__YOUR GOAL__:
Could you retype the listing beneath, keeping each line exactly as it is?

[Opening TASK MATERIAL section]

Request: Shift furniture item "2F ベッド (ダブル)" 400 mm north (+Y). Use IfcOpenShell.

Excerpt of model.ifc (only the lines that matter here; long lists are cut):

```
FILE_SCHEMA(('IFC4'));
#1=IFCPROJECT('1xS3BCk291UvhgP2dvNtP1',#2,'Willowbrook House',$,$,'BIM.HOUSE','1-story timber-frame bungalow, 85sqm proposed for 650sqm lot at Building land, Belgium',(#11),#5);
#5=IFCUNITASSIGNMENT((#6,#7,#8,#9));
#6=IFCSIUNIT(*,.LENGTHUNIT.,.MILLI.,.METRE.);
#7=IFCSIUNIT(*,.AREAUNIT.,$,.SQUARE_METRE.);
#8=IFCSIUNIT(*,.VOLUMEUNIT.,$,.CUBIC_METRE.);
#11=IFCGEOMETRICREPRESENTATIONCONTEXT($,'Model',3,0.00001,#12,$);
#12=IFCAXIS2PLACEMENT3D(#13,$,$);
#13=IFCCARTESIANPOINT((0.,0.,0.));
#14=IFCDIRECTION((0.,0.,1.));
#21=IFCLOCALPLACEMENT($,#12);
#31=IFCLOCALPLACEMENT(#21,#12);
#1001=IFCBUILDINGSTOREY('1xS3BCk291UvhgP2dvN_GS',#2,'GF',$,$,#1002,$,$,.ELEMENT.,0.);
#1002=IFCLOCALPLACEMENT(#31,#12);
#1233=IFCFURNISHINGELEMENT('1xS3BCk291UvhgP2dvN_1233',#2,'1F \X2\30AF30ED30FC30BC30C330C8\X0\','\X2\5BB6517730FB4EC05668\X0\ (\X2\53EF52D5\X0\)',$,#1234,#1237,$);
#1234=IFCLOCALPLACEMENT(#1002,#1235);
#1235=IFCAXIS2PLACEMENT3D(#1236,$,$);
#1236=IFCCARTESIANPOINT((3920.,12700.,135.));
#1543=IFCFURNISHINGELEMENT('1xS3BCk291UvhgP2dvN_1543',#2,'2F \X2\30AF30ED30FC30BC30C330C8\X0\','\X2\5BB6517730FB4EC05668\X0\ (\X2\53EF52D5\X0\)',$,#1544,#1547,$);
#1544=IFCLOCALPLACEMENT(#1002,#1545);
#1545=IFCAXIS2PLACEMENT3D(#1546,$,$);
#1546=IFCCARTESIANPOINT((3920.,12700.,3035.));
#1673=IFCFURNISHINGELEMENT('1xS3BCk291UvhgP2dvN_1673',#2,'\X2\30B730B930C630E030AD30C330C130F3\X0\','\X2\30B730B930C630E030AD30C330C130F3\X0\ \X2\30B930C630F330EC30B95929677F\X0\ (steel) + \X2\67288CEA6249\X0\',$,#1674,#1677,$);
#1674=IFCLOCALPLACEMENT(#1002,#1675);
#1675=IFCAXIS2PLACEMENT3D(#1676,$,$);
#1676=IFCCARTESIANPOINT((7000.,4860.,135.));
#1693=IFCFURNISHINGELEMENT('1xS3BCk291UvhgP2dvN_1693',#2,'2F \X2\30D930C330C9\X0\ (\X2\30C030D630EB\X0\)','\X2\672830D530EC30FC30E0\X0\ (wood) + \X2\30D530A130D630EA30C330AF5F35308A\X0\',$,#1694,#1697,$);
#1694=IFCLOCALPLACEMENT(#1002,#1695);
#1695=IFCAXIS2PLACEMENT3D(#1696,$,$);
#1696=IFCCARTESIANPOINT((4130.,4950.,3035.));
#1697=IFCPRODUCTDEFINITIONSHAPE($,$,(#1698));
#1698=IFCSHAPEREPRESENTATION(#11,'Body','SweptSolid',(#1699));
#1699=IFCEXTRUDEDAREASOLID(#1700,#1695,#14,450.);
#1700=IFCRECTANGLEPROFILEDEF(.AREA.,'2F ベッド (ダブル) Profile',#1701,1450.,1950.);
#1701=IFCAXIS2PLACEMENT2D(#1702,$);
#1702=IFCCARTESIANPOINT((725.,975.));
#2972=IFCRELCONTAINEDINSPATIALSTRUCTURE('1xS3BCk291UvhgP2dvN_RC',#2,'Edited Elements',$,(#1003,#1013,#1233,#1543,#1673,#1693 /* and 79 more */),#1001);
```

```python
import ifcopenshell
import ifcopenshell.api.geometry
import ifcopenshell.util.placement

model = ifcopenshell.open("model.ifc")

item = model.by_guid("1xS3BCk291UvhgP2dvN_1693")
matrix = ifcopenshell.util.placement.get_local_placement(item.ObjectPlacement)
matrix[1, 3] += 400.0
ifcopenshell.api.geometry.edit_object_placement(model, product=item, matrix=matrix, is_si=False)

print(ifcopenshell.util.placement.get_local_placement(item.ObjectPlacement).round(3) + 0.0)

model.write("model_updated.ifc")
```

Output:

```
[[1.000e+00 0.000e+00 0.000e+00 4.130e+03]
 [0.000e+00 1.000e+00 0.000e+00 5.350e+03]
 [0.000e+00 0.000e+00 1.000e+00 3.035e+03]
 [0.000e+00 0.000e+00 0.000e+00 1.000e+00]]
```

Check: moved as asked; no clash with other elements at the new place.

[Closing TASK MATERIAL section]

__REPLY__:
Request: Shift furniture item "2F ベッド (ダブル)" 400 mm north (+Y). Use IfcOpenShell.

Excerpt of model.ifc (only the lines that matter here; long lists are cut):

```
FILE_SCHEMA(('IFC4'));
#1=IFCPROJECT('1xS3BCk291UvhgP2dvNtP1',#2,'Willowbrook House',$,$,'BIM.HOUSE','1-story timber-frame bungalow, 85sqm proposed for 650sqm lot at Building land, Belgium',(#11),#5);
#5=IFCUNITASSIGNMENT((#6,#7,#8,#9));
#6=IFCSIUNIT(*,.LENGTHUNIT.,.MILLI.,.METRE.);
#7=IFCSIUNIT(*,.AREAUNIT.,$,.SQUARE_METRE.);
#8=IFCSIUNIT(*,.VOLUMEUNIT.,$,.CUBIC_METRE.);
#11=IFCGEOMETRICREPRESENTATIONCONTEXT($,'Model',3,0.00001,#12,$);
#12=IFCAXIS2PLACEMENT3D(#13,$,$);
#13=IFCCARTESIANPOINT((0.,0.,0.));
#14=IFCDIRECTION((0.,0.,1.));
#21=IFCLOCALPLACEMENT($,#12);
#31=IFCLOCALPLACEMENT(#21,#12);
#1001=IFCBUILDINGSTOREY('1xS3BCk291UvhgP2dvN_GS',#2,'GF',$,$,#1002,$,$,.ELEMENT.,0.);
#1002=IFCLOCALPLACEMENT(#31,#12);
#1233=IFCFURNISHINGELEMENT('1xS3BCk291UvhgP2dvN_1233',#2,'1F \X2\30AF30ED30FC30BC30C330C8\X0\','\X2\5BB6517730FB4EC05668\X0\ (\X2\53EF52D5\X0\)',$,#1234,#1237,$);
#1234=IFCLOCALPLACEMENT(#1002,#1235);
#1235=IFCAXIS2PLACEMENT3D(#1236,$,$);
#1236=IFCCARTESIANPOINT((3920.,12700.,135.));
#1543=IFCFURNISHINGELEMENT('1xS3BCk291UvhgP2dvN_1543',#2,'2F \X2\30AF30ED30FC30BC30C330C8\X0\','\X2\5BB6517730FB4EC05668\X0\ (\X2\53EF52D5\X0\)',$,#1544,#1547,$);
#1544=IFCLOCALPLACEMENT(#1002,#1545);
#1545=IFCAXIS2PLACEMENT3D(#1546,$,$);
#1546=IFCCARTESIANPOINT((3920.,12700.,3035.));
#1673=IFCFURNISHINGELEMENT('1xS3BCk291UvhgP2dvN_1673',#2,'\X2\30B730B930C630E030AD30C330C130F3\X0\','\X2\30B730B930C630E030AD30C330C130F3\X0\ \X2\30B930C630F330EC30B95929677F\X0\ (steel) + \X2\67288CEA6249\X0\',$,#1674,#1677,$);
#1674=IFCLOCALPLACEMENT(#1002,#1675);
#1675=IFCAXIS2PLACEMENT3D(#1676,$,$);
#1676=IFCCARTESIANPOINT((7000.,4860.,135.));
#1693=IFCFURNISHINGELEMENT('1xS3BCk291UvhgP2dvN_1693',#2,'2F \X2\30D930C330C9\X0\ (\X2\30C030D630EB\X0\)','\X2\672830D530EC30FC30E0\X0\ (wood) + \X2\30D530A130D630EA30C330AF5F35308A\X0\',$,#1694,#1697,$);
#1694=IFCLOCALPLACEMENT(#1002,#1695);
#1695=IFCAXIS2PLACEMENT3D(#1696,$,$);
#1696=IFCCARTESIANPOINT((4130.,4950.,3035.));
#1697=IFCPRODUCTDEFINITIONSHAPE($,$,(#1698));
#1698=IFCSHAPEREPRESENTATION(#11,'Body','SweptSolid',(#1699));
#1699=IFCEXTRUDEDAREASOLID(#1700,#1695,#14,450.);
#1700=IFCRECTANGLEPROFILEDEF(.AREA.,'2F ベッド (ダブル) Profile',#1701,1450.,1950.);
#1701=IFCAXIS2PLACEMENT2D(#1702,$);
#1702=IFCCARTESIANPOINT((725.,975.));
#2972=IFCRELCONTAINEDINSPATIALSTRUCTURE('1xS3BCk291UvhgP2dvN_RC',#2,'Edited Elements',$,(#1003,#1013,#1233,#1543,#1673,#1693 /* and 79 more */),#1001);
```

```python
import ifcopenshell
import ifcopenshell.api.geometry
import ifcopenshell.util.placement

model = ifcopenshell.open("model.ifc")

item = model.by_guid("1xS3BCk291UvhgP2dvN_1693")
matrix = ifcopenshell.util.placement.get_local_placement(item.ObjectPlacement)
matrix[1, 3] += 400.0
ifcopenshell.api.geometry.edit_object_placement(model, product=item, matrix=matrix, is_si=False)

print(ifcopenshell.util.placement.get_local_placement(item.ObjectPlacement).round(3) + 0.0)

model.write("model_updated.ifc")
```

Output:

```
[[1.000e+00 0.000e+00 0.000e+00 4.130e+03]
 [0.000e+00 1.000e+00 0.000e+00 5.350e+03]
 [0.000e+00 0.000e+00 1.000e+00 3.035e+03]
 [0.000e+00 0.000e+00 0.000e+00 1.000e+00]]
```

Check: moved as asked; no clash with other elements at the new place.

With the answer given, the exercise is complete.